# Boat Lift Help



## LandsEnd (Feb 17, 2013)

So the wife bought a house that has a four pier boatlift. It is an ACE but I have no idea what the capacity. Everything works but the cradle is shot. I have a 17' Flats Cat but may trade up in a year or so. I was thinking of a sling in lieu of a new cradle. Since the Cat weighs less than 1500 wet I am not worried about Lift capacity but am wondering if the slings will put enough torque on the pilings that they will start to lean. It would be pretty easy to put a channel across the I-beams at the piers. Anybody have any info or suggestions?
Thanks
DO


----------



## pick44 (Mar 20, 2009)

I would think you may be right about the lean..... over time it could happen. I would get a suggestion from folks who do that for a living. Just be frank and ask you question.

Good luck

Pick ><>


----------



## LandsEnd (Feb 17, 2013)

Sent pic and email to ACE per the owners request. Haven't heard back.
DO


----------



## acoastalbender (Jul 16, 2011)

If the lift has a deck built over it there is little or no lean...


.


----------



## GT11 (Jan 1, 2013)

You are probably OK, but make sure you get long straps to keep the cable as vertical as possible. That lift is at least 3000# (maybe more, if it is a 3/4hp motor, it is 3000# and I think the 1hp is 4000# or 4500#) plus you have 2 lifts, so you can double the rating plus your cables are doubled which increases the lift even more. If you have a 3000# lift on each side, That capacity calculates to 12000#. So with straps pulling on a slight angle you are probably fine but here is a little food for thought:

When lifting straight up, the lifts are pushing straight down on the piles and you have a compressive load on the piles and have very little load on the bolts and brackets of the lift. Materials can handle a higher compressive load than any other type loading (tensile or shear). When the cables pull on an angle, you start introducing some shear force on the piles and bolts that hold the lift on the piles.
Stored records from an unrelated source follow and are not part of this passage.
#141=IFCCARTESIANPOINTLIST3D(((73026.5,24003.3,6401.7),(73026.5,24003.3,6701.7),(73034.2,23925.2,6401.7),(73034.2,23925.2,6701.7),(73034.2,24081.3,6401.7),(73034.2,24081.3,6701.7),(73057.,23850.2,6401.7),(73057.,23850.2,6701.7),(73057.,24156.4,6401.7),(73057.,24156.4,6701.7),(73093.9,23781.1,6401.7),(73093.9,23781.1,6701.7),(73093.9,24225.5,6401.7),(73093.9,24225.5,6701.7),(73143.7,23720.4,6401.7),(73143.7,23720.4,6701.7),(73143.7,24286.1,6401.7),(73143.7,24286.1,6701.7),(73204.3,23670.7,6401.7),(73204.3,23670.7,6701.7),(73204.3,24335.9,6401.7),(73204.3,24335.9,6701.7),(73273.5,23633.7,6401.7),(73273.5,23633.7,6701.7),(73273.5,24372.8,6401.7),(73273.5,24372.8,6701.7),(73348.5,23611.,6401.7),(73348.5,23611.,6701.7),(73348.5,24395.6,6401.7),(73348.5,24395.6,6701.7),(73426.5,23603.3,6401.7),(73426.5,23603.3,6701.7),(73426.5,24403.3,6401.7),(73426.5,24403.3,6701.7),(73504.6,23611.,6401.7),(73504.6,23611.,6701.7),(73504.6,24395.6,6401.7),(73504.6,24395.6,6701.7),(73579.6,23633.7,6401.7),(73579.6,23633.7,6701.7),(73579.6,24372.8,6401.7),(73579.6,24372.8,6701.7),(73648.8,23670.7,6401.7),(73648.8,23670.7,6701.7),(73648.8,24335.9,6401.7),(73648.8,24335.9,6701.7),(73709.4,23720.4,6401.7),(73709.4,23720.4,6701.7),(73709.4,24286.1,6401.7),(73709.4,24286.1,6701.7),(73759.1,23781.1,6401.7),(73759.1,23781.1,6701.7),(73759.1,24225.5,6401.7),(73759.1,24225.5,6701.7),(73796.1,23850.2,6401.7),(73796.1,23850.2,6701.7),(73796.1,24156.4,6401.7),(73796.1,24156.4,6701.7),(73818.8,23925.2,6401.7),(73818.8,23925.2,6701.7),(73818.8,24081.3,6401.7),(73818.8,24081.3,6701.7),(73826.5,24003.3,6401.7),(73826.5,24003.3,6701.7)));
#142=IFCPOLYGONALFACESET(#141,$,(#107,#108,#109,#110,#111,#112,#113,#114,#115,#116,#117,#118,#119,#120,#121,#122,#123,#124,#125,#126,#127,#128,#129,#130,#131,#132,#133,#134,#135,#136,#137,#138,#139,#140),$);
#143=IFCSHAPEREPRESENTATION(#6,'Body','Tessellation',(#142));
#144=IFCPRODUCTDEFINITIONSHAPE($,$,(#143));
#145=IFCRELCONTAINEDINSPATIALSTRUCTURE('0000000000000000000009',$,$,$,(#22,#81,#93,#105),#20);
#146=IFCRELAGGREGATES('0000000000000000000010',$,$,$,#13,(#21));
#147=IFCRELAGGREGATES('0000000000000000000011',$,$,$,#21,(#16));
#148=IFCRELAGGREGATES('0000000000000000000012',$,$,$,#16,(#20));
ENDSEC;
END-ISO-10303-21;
If the piles are in good shape and the bolts are at least 1/4", you should still be fine. Even with straps the angle probably won't exceed 15 degrees. One thing you could do is install a strap (borrow a set), measure the distance between the piles with no load (front to front, back to back), then lift the boat and measure again. This will give you the deflection. If the difference in the measurements are less than 1/4", you are fine.


----------



## boatlift (Jun 23, 2009)

I've done lots of sling kits off 4 pilings. I start to get concerned about piling movement when we deal with a 6,000-lb boat or greater. However, if you can shake your pilings & there is substantial movement, I would be concerned using the sling system. As far as a lifting capacity, at a minimum you're at 7,000-lbs but without knowing the size of the top beam you might even have a 10,000-lb lift. Call me when you have a moment so that we can review & get you a good plan of attack.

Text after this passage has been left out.